Last night Siobhan Harvey and I were the support acts for Emma Neale who is the current Literary Resident at The Pah Homestead in Auckland. There was an impressive audience made up of poetry fans, local poets, friends and family.
What a treat to hear our guest from Dunedin read. At question time, someone asked Emma to discuss the difference between writing poetry and fiction (she does both!). For her, poetry originates in a musical phrase, a musical fragment, the music of language (Interestingly she shows drafts of her novels to people for feedback but not drafts of her poems). When I sat back into the pleasure of her poems, it was my ears that pricked to attention — to a state of utter attentiveness. I have read the poems in The Truth Garden a number of times and admired their musicality, but to hear them in Emma’s voice adds extra musical zest. Words chime and words tremble. I particularly loved hearing ‘An Inward Sun,’ a poem written after Janet Frame. Emma gave us humour, intimacy, self revelation.
Two new poems particularly stuck me. The prose poem, ‘Stoic,’ that looped and curled on itself, drawing upon a mother-in-law along with the poet herself. It was witty, sharp, wry, pungent and densely packed with musical notes and observation. Then, in a completely different tone, but equally transporting, ‘PokPo’ used a work of art as a starting point (a large white mouse). This poem was as much about mother and son, and maternal relations, as it was about art. There was poignancy and daring in its musical phrasing.
Interestingly Emma’s The Truth Garden was published as a result of The Kathleen Grattan Award — and Siobhan Harvey read from her manuscript that won the same award last year. Her reading of excerpts from the long narrative poem moved the audience profoundly (it will appear in book form later this year courtesy of Otago University Press!).

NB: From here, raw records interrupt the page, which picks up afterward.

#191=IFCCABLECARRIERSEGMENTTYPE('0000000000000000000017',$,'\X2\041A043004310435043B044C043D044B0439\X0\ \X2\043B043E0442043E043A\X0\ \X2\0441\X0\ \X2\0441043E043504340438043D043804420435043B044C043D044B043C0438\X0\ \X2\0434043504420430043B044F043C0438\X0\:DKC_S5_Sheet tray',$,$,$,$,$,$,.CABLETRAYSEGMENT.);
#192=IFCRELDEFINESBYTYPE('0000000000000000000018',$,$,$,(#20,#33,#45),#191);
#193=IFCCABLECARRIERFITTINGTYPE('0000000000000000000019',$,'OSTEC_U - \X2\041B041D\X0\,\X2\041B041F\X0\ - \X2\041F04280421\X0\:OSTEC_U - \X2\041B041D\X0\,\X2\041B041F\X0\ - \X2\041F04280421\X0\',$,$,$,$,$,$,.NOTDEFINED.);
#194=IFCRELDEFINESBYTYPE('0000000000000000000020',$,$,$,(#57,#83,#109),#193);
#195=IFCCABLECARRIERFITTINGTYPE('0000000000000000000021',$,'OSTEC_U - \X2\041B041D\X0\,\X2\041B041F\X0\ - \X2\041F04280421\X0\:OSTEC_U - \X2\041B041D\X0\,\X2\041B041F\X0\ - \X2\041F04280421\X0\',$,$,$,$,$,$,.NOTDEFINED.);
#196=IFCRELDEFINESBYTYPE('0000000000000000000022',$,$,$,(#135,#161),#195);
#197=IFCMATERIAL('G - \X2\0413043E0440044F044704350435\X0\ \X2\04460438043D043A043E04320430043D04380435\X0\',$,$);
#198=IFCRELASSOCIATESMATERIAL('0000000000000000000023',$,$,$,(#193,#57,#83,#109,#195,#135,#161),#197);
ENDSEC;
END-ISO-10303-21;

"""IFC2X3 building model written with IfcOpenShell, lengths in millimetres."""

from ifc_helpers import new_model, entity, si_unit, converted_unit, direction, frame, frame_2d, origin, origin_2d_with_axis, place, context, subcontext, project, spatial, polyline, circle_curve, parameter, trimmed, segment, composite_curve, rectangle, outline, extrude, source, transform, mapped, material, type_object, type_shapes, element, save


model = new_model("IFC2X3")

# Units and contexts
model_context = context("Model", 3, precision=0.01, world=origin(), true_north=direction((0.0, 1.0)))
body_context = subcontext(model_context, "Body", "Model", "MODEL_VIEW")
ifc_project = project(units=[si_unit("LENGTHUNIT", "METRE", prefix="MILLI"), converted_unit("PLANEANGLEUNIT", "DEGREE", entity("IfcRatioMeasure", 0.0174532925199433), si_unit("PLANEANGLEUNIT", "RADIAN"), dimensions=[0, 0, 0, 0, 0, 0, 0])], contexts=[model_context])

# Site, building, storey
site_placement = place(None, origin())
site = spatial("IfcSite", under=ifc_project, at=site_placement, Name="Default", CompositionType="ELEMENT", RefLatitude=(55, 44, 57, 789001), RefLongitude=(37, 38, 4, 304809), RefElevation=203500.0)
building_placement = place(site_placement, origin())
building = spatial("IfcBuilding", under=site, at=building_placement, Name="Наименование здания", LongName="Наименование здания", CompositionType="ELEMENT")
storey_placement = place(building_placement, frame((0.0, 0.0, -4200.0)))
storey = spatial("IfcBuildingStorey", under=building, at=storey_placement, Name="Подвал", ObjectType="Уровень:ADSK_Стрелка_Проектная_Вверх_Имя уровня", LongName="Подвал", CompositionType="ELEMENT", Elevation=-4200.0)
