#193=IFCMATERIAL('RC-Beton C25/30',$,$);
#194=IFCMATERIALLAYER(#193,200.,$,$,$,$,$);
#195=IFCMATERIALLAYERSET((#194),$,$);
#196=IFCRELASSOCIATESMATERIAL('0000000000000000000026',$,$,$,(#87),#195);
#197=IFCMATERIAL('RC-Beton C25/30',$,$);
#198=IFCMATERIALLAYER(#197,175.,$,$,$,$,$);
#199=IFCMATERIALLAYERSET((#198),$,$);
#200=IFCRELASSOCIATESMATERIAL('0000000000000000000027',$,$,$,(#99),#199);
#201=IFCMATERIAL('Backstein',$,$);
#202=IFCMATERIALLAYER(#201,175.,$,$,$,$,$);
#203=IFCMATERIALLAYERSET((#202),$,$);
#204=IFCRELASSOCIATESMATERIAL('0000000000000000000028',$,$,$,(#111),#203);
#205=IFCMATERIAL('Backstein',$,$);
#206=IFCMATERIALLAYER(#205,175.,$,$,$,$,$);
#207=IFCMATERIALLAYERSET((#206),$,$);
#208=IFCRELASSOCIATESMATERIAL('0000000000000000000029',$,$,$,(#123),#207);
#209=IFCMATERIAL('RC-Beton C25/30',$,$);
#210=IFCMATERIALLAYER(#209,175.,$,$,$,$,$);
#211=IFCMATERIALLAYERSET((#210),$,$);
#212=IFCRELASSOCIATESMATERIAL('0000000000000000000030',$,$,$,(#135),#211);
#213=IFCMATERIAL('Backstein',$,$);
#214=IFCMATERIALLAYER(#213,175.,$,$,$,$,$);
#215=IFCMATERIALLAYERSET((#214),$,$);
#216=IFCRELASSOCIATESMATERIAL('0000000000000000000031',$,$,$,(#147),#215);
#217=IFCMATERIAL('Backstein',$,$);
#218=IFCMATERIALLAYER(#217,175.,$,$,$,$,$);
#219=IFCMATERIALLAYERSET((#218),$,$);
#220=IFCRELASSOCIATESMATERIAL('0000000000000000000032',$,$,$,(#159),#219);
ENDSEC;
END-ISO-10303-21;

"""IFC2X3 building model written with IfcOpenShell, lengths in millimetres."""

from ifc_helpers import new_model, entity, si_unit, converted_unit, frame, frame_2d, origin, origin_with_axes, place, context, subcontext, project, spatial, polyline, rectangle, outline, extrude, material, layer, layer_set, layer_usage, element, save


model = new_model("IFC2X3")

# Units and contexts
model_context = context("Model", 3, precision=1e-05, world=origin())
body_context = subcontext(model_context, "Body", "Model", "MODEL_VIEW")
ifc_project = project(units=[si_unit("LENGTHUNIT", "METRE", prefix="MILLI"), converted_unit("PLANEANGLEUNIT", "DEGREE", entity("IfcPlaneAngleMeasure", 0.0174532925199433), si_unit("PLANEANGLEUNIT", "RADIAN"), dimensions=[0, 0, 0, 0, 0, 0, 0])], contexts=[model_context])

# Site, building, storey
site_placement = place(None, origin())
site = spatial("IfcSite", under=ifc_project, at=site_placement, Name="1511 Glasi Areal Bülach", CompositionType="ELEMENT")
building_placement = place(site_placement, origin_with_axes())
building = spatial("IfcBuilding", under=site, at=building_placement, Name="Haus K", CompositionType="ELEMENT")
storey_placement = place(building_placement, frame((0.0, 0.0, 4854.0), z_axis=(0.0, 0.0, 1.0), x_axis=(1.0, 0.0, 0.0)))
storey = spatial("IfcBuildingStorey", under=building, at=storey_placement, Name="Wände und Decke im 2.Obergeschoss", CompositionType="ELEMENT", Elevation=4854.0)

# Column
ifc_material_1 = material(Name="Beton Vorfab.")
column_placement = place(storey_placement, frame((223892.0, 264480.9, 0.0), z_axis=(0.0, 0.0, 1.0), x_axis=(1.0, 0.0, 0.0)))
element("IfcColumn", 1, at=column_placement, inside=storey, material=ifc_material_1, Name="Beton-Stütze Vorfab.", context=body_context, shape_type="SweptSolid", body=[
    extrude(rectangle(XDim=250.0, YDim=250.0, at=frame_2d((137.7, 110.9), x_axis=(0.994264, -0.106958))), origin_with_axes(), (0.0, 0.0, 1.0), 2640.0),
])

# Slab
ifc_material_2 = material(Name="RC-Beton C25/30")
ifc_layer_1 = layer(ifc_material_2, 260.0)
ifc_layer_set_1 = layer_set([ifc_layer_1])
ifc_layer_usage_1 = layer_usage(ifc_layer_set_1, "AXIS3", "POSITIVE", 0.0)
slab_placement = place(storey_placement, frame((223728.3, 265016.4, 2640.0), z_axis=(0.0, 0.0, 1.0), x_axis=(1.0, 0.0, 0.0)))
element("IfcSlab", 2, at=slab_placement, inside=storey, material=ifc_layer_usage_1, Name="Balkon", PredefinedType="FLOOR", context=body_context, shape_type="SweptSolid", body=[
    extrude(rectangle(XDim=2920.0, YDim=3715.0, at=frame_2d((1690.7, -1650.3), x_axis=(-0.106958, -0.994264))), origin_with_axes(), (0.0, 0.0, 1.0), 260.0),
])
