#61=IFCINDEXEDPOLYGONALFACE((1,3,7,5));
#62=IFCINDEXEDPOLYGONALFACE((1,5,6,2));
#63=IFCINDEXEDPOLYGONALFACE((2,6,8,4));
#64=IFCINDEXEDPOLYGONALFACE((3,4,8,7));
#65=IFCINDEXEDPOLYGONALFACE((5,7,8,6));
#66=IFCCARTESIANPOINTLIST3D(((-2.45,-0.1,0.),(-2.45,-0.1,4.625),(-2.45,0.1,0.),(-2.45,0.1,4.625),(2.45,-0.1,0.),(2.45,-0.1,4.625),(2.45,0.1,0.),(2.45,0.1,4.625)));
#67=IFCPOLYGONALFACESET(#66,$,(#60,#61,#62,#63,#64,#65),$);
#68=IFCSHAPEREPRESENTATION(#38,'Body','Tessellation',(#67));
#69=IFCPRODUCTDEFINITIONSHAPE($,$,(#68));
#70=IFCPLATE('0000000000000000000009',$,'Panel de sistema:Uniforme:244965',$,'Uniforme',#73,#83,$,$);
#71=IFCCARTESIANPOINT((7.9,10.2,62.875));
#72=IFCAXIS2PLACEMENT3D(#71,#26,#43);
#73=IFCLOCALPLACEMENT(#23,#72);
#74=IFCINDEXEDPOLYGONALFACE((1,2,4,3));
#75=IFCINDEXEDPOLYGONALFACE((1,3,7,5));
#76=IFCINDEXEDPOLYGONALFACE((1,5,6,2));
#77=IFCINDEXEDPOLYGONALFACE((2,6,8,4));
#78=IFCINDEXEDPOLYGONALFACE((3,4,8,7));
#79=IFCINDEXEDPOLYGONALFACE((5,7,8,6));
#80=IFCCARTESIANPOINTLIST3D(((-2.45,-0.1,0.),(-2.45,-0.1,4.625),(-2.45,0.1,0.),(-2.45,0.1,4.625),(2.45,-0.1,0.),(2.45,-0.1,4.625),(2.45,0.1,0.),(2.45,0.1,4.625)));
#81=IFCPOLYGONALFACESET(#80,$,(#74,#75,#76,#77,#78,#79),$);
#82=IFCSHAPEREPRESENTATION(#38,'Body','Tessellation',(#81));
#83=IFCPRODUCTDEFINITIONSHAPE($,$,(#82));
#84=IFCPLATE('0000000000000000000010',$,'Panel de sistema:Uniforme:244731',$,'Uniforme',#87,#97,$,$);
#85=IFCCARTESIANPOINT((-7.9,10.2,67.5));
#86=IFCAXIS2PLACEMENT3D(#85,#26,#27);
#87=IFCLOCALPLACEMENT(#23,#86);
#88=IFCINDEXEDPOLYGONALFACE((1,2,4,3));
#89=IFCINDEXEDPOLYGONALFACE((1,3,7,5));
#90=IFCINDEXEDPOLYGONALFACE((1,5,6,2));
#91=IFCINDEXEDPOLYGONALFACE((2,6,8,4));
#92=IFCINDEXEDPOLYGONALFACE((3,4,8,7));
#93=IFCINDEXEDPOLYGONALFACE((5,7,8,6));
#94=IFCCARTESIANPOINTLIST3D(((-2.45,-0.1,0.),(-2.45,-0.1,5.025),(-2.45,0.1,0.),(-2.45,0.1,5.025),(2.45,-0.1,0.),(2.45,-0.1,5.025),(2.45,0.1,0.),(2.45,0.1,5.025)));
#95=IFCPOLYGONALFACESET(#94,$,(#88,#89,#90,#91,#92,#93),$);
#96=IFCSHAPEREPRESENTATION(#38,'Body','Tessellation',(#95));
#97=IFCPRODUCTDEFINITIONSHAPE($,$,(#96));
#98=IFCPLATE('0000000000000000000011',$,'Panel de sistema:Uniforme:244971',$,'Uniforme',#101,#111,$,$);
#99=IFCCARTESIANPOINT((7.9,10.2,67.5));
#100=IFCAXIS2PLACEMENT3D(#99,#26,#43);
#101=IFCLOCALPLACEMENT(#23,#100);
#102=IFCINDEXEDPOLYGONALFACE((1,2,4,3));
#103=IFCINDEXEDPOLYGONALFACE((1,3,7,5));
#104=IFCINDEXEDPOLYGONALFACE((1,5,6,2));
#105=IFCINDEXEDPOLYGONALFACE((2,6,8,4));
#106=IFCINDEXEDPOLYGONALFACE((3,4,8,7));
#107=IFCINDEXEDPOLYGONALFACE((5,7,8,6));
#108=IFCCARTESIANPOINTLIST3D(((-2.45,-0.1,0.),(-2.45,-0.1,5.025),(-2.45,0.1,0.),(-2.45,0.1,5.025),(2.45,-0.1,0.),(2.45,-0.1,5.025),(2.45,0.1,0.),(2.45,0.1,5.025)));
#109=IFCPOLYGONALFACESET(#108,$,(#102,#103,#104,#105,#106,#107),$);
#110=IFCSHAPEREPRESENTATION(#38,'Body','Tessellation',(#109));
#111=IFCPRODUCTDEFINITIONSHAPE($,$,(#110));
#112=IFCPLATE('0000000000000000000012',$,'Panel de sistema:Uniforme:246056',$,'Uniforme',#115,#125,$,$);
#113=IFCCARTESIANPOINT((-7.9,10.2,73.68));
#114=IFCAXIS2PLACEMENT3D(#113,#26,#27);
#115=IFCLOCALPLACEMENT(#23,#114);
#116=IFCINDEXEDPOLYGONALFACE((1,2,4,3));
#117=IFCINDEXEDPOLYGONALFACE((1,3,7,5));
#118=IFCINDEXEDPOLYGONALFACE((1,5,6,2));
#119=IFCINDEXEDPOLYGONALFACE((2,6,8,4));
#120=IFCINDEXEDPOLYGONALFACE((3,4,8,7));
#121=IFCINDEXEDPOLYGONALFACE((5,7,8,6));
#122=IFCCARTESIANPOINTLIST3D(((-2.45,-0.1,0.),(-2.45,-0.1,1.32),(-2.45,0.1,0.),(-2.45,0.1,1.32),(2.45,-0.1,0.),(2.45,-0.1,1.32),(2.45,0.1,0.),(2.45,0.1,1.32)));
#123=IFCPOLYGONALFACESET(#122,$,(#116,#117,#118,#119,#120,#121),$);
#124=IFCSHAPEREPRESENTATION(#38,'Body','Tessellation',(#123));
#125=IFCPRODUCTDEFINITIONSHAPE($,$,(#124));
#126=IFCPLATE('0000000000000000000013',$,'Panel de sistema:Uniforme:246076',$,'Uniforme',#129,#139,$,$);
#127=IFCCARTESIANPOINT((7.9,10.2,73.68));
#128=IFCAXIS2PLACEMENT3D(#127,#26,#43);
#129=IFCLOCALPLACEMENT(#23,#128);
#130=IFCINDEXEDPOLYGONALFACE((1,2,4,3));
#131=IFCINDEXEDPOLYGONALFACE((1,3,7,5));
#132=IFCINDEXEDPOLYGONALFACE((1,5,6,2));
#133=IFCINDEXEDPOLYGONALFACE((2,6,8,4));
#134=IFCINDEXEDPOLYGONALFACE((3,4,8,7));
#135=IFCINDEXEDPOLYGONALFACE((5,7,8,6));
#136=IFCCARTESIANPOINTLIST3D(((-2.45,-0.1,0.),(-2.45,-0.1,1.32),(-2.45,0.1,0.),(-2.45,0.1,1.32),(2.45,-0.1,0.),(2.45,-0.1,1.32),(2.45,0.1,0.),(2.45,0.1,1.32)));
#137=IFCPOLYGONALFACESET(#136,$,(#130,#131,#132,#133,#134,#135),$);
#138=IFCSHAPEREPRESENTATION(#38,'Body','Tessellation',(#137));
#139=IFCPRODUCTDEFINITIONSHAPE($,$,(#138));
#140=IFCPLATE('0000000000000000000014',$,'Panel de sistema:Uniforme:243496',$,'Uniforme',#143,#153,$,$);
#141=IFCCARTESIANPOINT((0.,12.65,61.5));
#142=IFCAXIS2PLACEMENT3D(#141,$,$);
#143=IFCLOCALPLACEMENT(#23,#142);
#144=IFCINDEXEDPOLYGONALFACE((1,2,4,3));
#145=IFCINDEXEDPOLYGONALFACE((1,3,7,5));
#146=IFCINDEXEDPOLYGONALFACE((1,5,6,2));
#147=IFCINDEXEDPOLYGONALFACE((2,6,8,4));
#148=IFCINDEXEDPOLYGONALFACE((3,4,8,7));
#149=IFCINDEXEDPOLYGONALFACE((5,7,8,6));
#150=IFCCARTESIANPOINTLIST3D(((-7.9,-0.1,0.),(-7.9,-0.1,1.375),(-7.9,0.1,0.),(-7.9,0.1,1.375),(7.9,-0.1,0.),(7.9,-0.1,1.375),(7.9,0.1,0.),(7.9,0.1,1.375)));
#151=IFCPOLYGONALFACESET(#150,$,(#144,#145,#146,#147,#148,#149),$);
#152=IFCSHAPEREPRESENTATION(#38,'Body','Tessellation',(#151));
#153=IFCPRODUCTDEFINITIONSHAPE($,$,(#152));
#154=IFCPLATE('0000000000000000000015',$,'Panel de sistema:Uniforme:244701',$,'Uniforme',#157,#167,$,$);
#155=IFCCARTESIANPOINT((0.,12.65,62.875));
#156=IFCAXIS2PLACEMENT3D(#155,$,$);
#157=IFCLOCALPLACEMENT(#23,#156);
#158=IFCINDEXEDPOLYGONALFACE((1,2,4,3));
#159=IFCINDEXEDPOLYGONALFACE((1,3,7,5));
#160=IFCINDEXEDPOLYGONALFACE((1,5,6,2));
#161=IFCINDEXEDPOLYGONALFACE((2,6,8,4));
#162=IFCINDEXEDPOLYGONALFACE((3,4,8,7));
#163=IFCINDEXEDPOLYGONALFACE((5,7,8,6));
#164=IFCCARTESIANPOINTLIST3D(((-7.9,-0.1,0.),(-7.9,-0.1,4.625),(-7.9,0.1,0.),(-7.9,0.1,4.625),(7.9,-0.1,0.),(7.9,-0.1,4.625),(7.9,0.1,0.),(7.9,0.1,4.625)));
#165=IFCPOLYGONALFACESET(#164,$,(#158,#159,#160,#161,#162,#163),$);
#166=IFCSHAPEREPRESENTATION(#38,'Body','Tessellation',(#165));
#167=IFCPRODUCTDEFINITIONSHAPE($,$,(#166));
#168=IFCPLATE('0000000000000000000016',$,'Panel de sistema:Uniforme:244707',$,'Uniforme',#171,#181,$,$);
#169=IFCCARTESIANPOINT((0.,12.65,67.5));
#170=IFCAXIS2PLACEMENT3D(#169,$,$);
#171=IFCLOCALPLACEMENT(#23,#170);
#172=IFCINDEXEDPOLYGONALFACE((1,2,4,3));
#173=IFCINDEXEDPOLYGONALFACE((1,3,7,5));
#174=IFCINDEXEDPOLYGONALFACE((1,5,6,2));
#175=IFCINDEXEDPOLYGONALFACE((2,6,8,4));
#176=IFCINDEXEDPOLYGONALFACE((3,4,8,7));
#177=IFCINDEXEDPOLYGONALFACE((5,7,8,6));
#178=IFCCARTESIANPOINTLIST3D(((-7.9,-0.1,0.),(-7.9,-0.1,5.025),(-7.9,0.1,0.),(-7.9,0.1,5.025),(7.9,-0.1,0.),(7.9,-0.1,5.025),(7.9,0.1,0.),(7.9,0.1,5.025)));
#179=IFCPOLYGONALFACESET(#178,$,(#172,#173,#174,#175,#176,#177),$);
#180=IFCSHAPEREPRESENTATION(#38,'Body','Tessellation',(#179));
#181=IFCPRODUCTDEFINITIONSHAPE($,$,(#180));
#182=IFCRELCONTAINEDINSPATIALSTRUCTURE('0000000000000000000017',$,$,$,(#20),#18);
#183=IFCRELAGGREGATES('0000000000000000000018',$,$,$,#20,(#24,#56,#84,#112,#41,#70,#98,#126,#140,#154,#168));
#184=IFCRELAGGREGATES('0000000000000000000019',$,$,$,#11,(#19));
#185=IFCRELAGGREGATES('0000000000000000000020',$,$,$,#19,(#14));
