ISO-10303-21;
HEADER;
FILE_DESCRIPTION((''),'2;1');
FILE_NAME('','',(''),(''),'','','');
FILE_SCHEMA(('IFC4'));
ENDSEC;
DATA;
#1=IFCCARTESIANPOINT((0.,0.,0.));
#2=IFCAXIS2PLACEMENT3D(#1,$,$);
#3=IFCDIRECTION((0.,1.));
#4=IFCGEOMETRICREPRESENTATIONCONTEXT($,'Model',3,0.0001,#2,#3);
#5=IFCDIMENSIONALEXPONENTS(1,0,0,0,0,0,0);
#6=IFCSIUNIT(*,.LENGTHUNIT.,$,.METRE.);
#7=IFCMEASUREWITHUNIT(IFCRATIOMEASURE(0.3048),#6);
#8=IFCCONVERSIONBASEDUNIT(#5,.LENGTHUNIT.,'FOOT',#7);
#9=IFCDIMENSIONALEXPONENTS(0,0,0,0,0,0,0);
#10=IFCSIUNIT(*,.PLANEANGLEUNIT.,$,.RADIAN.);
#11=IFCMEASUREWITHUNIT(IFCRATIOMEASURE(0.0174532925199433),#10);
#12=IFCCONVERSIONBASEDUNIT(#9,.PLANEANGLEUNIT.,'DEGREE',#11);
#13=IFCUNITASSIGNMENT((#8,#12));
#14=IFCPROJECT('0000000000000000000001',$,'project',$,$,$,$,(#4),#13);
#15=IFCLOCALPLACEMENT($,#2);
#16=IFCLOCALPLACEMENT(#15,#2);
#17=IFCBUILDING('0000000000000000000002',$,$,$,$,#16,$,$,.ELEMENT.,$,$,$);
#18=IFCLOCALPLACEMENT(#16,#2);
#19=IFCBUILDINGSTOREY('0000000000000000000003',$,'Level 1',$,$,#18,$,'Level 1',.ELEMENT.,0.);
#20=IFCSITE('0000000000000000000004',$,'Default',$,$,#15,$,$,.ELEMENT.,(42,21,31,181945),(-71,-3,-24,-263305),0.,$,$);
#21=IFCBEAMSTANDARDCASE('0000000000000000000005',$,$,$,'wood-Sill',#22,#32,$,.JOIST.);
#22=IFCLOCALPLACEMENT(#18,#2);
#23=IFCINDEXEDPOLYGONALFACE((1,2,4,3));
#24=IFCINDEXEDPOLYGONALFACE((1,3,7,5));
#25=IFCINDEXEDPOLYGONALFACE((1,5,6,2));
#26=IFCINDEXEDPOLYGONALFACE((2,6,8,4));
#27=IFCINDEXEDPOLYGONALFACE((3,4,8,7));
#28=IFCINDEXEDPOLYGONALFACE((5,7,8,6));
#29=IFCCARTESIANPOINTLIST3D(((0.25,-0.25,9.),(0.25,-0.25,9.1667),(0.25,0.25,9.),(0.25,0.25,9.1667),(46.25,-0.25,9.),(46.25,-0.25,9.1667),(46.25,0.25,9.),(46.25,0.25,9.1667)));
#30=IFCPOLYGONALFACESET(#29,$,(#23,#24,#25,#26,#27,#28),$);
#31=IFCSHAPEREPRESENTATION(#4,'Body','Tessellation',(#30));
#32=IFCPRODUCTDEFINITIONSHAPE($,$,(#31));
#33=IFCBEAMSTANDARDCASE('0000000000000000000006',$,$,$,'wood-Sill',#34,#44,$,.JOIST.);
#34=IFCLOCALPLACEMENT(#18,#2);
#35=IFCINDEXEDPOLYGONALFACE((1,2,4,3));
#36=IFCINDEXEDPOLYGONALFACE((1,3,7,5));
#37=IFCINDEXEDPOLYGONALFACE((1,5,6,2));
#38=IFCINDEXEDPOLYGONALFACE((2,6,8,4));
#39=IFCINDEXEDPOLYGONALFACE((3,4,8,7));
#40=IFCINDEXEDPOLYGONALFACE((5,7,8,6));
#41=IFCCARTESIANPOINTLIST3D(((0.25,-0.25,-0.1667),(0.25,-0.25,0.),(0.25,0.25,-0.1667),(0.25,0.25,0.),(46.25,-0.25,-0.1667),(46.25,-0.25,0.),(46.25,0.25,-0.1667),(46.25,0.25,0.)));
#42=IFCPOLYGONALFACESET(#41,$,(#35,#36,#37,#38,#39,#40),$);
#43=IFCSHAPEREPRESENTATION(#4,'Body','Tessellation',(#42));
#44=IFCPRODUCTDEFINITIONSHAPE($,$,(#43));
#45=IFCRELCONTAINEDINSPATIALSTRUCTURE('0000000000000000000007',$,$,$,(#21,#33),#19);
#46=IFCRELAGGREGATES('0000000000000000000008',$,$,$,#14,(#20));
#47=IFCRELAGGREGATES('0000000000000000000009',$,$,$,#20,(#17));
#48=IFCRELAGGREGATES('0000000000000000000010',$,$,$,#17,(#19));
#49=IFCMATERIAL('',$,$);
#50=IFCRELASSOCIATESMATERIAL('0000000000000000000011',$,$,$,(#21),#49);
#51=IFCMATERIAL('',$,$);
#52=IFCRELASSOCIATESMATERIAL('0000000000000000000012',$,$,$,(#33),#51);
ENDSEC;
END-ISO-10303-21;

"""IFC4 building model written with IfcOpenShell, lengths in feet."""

from ifc_helpers import new_model, entity, si_unit, converted_unit, direction, frame, origin, place, context, project, spatial, rectangle, extrude, material, element, save


model = new_model("IFC4")

# Units and contexts
model_context = context("Model", 3, precision=0.0001, world=origin(), true_north=direction((0.0, 1.0)))
ifc_project = project(units=[converted_unit("LENGTHUNIT", "FOOT", entity("IfcRatioMeasure", 0.3048), si_unit("LENGTHUNIT", "METRE"), dimensions=[1, 0, 0, 0, 0, 0, 0]), converted_unit("PLANEANGLEUNIT", "DEGREE", entity("IfcRatioMeasure", 0.0174532925199433), si_unit("PLANEANGLEUNIT", "RADIAN"), dimensions=[0, 0, 0, 0, 0, 0, 0])], contexts=[model_context])

# Site, building, storey
site_placement = place(None, origin())
site = spatial("IfcSite", under=ifc_project, at=site_placement, Name="Default", CompositionType="ELEMENT", RefLatitude=(42, 21, 31, 181945), RefLongitude=(-71, -3, -24, -263305), RefElevation=0.0)
building_placement = place(site_placement, origin())
building = spatial("IfcBuilding", under=site, at=building_placement, CompositionType="ELEMENT")
storey_placement = place(building_placement, origin())
storey = spatial("IfcBuildingStorey", under=building, at=storey_placement, Name="Level 1", LongName="Level 1", CompositionType="ELEMENT", Elevation=0.0)

# Shared definitions
placement = place(storey_placement, frame((46.25, 0.0, 0.0), z_axis=(0.0, 0.0, 1.0), x_axis=(-1.0, 0.0, 0.0)))

# Beams
ifc_material_1 = material(Name="")
beam_1_placement = place(placement, frame((23.0, 0.0, 9.0), z_axis=(0.0, 0.0, 1.0), x_axis=(1.0, 0.0, 0.0)))
element("IfcBeamStandardCase", 1, at=beam_1_placement, inside=storey, material=ifc_material_1, ObjectType="wood-Sill", PredefinedType="JOIST", context=model_context, shape_type="SweptSolid", body=[
    extrude(rectangle(XDim=46.0, YDim=0.5), origin(), (0.0, 0.0, 1.0), 0.1667),
])
ifc_material_2 = material(Name="")
beam_2_placement = place(placement, frame((23.0, 0.0, -0.1667), z_axis=(0.0, 0.0, 1.0), x_axis=(1.0, 0.0, 0.0)))
element("IfcBeamStandardCase", 2, at=beam_2_placement, inside=storey, material=ifc_material_2, ObjectType="wood-Sill", PredefinedType="JOIST", context=model_context, shape_type="SweptSolid", body=[
    extrude(rectangle(XDim=46.0, YDim=0.5), origin(), (0.0, 0.0, 1.0), 0.1667),
])

save(model, "model.ifc")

As for me I came away feeling I had put my foot in my mouth after responding to a question: Is there such a thing as women’s poems? Or some such wording. I spent seven years writing a doctorate where my central thesis/question was: Does it make a difference if the writer’s pen is held by a woman? This was explored in an Italian context (my Doctorate is in Italian). However, I read theory from all round the world as well as navigating Italy’s social, cultural, legal, political, historical and literary contexts. Such a question cannot be reduced to a black and white answer. There are smudges and blurs whichever way you look. But I strongly feel we haven’t yet told the story of women poets in New Zealand. And for all kinds of reasons I do think it makes a difference when the pen is held by a woman. Does this mean there is such a thing as men’s poetry and women’s poetry? I don’t know. Reviews of women’s poetry still denigrate it with a gender bias. You have to go back to Ursula Bethell and Eileen Duggan (and then further back still) and follow in the footsteps of our pioneering women writers to see how style, tropes and content (they can be in a symbiotic relationship) create writing that some people dismiss (particularly if it is domestic). Gosh the whole feminine-masculine debate is a minefield. Ahh! Mmm. Ah well.
But tricky questions aside, it was terrific night. Just wonderful. So grateful thanks to The James Wallace Trust and The Pah Homestead crew.